* Task description: Reproduce only the lines from the one containing "#137=IFCPRODUCTDEFINITIONSHAPE($,$,(#136));" through the end of the data, exactly as they stand.

(Stored data)
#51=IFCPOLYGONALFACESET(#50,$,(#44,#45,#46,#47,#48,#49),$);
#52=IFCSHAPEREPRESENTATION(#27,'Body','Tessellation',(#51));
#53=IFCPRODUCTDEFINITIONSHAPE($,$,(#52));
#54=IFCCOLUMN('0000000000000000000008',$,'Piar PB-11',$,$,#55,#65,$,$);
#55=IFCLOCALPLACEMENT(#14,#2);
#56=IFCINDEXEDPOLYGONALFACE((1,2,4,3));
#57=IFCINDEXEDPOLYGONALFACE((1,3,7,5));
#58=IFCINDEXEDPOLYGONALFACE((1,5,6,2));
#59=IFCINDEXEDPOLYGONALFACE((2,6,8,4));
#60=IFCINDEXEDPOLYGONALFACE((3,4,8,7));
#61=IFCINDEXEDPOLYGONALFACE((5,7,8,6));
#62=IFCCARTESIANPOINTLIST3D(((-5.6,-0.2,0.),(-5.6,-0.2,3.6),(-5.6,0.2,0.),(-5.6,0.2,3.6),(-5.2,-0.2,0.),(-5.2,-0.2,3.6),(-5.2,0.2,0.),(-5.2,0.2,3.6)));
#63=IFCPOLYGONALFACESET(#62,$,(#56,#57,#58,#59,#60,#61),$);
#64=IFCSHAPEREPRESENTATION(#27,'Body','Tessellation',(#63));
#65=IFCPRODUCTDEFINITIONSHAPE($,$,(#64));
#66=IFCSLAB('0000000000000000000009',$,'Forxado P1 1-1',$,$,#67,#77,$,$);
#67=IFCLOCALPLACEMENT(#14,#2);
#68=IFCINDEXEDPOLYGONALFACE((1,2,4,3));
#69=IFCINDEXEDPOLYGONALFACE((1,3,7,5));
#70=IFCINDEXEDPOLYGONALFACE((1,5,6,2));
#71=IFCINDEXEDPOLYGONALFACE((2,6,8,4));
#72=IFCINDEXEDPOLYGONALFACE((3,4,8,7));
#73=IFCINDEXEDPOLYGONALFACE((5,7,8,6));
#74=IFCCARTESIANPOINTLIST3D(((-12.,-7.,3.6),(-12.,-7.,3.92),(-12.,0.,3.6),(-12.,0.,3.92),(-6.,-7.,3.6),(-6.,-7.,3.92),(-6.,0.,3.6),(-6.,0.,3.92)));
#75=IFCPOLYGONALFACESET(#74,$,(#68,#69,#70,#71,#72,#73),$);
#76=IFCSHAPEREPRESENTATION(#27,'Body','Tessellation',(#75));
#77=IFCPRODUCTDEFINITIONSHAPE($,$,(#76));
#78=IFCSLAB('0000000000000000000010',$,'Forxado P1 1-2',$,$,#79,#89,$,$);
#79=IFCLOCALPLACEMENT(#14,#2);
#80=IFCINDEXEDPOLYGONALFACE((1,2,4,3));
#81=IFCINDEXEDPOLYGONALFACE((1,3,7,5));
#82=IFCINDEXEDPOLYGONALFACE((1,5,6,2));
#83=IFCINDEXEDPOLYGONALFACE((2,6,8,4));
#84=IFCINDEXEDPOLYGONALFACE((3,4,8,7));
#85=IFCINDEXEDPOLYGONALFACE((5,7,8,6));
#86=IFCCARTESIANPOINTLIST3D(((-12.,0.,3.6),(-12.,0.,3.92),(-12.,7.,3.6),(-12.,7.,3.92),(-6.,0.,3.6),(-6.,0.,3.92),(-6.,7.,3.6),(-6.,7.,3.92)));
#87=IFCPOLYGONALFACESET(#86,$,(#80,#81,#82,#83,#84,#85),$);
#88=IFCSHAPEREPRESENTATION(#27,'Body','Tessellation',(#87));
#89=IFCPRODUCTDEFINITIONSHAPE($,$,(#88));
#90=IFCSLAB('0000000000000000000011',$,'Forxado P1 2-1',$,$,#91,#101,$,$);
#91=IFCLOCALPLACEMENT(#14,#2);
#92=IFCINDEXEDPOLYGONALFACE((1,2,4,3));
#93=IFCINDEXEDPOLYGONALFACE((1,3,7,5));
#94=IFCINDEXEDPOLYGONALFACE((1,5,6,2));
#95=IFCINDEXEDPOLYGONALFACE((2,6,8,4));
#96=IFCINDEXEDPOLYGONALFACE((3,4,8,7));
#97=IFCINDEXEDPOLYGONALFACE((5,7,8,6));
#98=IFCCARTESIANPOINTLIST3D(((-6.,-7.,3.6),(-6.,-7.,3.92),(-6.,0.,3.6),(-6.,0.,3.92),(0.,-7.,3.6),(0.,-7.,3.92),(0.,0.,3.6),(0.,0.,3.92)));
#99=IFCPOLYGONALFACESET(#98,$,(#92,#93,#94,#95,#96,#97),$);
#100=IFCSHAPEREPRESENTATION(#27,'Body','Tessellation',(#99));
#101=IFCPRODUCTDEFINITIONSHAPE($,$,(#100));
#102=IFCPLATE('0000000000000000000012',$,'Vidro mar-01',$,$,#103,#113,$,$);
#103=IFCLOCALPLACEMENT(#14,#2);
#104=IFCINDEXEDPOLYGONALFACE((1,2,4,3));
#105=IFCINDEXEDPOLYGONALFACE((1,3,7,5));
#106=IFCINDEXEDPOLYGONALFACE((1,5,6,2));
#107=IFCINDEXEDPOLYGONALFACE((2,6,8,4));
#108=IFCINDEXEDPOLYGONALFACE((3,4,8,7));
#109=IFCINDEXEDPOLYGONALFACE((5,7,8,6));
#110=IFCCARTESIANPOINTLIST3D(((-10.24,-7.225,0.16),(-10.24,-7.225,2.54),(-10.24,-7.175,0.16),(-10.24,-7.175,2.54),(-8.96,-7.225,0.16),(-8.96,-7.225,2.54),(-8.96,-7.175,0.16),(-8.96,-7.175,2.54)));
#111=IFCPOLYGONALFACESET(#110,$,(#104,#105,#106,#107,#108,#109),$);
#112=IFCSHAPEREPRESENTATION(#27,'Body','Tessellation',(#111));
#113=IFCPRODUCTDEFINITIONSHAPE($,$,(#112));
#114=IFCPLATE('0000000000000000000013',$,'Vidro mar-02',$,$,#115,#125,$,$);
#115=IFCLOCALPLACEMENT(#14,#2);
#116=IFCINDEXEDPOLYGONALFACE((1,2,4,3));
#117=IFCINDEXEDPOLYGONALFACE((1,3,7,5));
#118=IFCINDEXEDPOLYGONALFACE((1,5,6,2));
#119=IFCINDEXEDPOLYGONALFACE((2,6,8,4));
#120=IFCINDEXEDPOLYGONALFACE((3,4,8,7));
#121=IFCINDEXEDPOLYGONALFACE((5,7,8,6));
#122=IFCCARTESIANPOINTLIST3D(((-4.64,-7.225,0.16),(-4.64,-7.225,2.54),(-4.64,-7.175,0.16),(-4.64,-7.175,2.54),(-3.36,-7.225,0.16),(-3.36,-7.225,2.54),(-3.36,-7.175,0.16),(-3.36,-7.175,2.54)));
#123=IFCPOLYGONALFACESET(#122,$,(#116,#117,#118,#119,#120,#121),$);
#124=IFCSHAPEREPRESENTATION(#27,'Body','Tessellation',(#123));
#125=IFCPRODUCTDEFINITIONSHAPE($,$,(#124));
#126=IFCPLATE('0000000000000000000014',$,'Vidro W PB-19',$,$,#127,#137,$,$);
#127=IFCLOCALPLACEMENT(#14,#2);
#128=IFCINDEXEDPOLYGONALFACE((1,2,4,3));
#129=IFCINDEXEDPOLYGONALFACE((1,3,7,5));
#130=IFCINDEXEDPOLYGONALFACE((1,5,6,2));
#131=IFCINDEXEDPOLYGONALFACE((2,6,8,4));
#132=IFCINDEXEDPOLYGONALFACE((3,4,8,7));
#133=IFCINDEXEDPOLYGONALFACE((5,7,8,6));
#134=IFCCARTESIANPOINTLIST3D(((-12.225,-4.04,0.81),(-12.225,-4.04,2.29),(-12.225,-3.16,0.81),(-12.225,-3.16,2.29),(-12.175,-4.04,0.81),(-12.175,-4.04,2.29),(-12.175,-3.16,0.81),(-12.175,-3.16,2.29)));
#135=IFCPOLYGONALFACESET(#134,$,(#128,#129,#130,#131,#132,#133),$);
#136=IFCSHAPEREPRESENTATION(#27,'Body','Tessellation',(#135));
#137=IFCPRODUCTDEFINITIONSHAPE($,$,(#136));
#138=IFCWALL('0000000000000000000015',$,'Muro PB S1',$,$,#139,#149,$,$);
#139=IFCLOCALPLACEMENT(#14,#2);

* Solution for this exercise:
#137=IFCPRODUCTDEFINITIONSHAPE($,$,(#136));
#138=IFCWALL('0000000000000000000015',$,'Muro PB S1',$,$,#139,#149,$,$);
#139=IFCLOCALPLACEMENT(#14,#2);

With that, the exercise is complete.